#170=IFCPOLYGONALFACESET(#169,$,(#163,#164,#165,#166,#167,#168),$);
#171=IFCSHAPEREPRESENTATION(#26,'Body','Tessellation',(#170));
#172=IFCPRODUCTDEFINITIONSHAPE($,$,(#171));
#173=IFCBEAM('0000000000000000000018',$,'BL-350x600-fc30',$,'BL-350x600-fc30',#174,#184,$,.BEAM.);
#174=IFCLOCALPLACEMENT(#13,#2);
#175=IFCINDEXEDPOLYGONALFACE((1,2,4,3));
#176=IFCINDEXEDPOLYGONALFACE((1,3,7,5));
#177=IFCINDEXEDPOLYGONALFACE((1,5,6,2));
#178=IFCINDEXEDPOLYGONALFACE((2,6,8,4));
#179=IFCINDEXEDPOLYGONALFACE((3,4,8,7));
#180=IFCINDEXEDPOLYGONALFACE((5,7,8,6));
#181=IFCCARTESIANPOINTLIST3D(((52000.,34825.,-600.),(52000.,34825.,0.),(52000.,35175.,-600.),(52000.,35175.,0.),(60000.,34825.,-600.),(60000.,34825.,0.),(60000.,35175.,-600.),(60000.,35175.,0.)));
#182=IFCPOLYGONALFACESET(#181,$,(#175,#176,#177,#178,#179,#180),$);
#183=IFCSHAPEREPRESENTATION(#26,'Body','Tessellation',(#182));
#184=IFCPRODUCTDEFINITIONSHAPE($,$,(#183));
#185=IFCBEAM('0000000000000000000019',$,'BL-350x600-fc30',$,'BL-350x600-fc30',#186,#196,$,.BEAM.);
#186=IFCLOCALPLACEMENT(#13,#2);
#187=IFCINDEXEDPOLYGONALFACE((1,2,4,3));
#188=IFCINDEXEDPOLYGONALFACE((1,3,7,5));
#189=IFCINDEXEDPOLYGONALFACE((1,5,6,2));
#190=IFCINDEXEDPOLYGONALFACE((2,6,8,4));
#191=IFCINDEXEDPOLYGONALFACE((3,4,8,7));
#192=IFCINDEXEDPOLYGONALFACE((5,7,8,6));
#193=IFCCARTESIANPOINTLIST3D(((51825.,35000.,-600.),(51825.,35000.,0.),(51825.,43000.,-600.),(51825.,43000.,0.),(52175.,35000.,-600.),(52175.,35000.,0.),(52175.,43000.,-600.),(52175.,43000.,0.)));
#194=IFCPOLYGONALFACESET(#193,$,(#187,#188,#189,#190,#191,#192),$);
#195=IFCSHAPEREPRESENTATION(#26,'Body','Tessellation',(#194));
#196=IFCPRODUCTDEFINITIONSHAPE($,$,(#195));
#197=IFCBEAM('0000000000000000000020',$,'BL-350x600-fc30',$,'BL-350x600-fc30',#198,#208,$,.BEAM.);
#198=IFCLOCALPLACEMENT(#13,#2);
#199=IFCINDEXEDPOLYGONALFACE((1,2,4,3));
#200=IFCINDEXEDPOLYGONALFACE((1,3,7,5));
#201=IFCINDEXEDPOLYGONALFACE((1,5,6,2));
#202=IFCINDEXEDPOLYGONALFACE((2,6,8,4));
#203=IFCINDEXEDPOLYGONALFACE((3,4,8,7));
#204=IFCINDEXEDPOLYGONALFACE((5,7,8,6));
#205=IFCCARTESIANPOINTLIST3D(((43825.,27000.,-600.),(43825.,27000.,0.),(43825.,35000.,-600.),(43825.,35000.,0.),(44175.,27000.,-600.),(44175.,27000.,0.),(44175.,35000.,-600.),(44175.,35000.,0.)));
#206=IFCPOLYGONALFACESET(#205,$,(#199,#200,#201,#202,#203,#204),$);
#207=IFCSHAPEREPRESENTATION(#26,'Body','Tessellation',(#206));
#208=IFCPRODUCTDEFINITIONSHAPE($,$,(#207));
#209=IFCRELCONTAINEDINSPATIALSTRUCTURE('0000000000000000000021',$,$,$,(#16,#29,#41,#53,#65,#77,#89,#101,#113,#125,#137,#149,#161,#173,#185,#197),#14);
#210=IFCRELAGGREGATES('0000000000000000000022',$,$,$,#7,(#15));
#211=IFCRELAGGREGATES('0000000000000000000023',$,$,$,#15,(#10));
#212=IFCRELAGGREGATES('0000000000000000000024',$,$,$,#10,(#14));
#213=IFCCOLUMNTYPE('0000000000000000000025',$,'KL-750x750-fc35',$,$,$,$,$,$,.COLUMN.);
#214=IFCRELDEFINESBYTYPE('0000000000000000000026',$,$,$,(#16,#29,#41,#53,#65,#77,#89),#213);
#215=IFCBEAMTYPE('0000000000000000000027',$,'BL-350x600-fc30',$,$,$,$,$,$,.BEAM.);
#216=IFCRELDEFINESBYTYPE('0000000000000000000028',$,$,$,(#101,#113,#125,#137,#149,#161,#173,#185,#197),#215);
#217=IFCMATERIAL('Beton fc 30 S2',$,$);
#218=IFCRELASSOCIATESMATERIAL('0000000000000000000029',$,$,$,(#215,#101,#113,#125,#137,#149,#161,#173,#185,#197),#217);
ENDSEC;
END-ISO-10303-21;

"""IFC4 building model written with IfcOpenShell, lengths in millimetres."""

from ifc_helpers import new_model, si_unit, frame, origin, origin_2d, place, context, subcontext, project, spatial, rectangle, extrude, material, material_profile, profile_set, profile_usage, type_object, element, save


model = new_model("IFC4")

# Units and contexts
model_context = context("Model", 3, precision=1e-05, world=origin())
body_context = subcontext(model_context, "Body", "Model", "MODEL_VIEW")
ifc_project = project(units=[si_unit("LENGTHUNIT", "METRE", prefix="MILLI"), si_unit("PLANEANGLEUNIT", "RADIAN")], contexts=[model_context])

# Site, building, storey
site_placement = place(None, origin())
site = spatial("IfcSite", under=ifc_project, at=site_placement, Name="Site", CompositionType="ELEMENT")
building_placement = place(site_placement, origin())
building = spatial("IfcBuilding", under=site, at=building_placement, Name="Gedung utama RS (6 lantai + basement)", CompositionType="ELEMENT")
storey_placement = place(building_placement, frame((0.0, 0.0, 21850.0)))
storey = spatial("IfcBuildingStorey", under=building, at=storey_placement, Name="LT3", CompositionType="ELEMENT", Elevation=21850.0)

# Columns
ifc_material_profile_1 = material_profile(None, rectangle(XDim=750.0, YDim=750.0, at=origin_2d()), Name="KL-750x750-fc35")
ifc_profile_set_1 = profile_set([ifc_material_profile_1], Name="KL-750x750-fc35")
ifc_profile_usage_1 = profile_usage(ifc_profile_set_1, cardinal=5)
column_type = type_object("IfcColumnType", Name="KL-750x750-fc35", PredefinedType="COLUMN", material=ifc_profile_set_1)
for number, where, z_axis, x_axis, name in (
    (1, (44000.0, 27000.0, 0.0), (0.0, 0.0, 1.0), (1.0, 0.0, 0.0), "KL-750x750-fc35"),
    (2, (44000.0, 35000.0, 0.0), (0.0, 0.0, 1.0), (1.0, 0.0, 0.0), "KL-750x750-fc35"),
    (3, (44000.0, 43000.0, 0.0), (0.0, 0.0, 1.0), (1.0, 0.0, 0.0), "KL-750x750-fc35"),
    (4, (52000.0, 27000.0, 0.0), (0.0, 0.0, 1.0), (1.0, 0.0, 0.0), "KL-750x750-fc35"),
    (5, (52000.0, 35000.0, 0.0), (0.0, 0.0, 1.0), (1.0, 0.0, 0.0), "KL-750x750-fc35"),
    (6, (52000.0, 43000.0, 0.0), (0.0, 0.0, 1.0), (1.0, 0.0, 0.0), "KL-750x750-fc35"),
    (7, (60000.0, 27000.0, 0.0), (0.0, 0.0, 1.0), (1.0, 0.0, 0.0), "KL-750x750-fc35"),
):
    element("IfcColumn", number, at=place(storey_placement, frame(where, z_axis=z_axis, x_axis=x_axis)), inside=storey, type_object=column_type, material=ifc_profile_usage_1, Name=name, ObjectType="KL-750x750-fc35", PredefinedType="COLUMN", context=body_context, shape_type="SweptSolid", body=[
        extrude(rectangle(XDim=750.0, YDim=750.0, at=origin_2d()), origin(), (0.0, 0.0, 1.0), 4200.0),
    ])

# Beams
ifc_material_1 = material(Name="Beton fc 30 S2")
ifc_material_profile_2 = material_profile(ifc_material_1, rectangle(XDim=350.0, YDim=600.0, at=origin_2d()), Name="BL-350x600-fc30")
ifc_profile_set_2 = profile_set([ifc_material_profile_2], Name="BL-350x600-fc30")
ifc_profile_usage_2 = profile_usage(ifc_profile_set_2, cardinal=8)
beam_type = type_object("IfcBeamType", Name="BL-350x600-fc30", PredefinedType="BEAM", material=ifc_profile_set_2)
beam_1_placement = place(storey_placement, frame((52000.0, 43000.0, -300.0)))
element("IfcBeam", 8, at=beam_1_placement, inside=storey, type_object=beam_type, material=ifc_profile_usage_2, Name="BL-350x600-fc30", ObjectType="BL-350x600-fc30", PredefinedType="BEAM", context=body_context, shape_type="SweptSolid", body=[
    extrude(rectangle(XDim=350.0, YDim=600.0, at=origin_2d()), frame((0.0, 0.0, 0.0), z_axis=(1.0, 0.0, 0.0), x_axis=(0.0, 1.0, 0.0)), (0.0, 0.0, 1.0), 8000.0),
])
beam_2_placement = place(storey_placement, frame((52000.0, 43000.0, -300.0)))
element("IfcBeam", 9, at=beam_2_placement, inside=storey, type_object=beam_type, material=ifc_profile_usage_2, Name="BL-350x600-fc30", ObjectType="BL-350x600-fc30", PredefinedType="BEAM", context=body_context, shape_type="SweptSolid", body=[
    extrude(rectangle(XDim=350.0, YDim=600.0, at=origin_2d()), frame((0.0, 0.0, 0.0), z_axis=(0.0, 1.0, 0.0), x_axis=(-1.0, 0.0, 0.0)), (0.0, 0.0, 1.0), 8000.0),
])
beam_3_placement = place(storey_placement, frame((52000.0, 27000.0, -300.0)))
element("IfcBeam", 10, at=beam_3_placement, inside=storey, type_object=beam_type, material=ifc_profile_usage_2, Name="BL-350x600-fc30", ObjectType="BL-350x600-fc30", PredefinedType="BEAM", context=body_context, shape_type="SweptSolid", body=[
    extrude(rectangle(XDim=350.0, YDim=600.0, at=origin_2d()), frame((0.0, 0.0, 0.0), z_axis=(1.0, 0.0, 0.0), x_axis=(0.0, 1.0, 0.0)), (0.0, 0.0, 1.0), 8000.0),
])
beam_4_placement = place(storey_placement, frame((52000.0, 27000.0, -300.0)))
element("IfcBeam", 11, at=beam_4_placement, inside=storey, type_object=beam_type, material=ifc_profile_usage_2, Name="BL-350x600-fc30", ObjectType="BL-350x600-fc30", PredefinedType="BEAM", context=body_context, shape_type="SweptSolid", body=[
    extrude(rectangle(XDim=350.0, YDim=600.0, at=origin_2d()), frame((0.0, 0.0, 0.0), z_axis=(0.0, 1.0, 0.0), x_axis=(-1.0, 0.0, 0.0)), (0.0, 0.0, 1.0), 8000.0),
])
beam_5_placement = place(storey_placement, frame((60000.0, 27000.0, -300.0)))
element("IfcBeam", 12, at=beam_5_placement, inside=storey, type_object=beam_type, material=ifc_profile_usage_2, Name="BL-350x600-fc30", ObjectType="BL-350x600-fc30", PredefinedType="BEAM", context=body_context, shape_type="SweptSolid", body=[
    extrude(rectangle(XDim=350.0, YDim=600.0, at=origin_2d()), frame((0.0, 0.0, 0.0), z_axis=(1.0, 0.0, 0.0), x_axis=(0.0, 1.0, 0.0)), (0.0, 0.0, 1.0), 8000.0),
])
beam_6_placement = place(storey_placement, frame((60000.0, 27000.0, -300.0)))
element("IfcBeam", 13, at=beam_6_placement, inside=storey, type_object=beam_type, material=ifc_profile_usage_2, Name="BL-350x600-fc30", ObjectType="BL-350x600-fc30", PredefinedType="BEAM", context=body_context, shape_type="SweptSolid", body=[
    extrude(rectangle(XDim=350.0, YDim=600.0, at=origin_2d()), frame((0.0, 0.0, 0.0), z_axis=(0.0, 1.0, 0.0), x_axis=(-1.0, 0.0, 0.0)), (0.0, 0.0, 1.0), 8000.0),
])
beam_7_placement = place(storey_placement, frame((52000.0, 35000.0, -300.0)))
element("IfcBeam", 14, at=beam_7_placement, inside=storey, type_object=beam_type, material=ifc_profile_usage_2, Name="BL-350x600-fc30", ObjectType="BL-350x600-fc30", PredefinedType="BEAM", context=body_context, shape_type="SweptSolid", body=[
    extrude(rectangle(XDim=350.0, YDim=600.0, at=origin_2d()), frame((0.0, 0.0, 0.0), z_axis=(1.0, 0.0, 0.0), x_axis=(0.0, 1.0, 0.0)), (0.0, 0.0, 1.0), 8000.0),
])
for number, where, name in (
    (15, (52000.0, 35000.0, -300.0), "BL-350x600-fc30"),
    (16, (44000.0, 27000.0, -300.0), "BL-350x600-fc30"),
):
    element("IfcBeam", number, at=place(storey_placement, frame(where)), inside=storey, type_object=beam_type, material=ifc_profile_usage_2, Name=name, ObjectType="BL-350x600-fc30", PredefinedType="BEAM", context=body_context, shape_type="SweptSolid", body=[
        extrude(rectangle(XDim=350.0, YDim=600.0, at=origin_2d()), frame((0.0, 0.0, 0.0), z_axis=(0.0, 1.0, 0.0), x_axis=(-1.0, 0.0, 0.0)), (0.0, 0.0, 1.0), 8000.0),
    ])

━━━━━━━━━━━━━━━━━━━━

> [Problem]: Scan the records above and show every line in which the word "Tessellation" occurs.

> [Result of this exercise]:
#171=IFCSHAPEREPRESENTATION(#26,'Body','Tessellation',(#170));
#183=IFCSHAPEREPRESENTATION(#26,'Body','Tessellation',(#182));
#195=IFCSHAPEREPRESENTATION(#26,'Body','Tessellation',(#194));
#207=IFCSHAPEREPRESENTATION(#26,'Body','Tessellation',(#206));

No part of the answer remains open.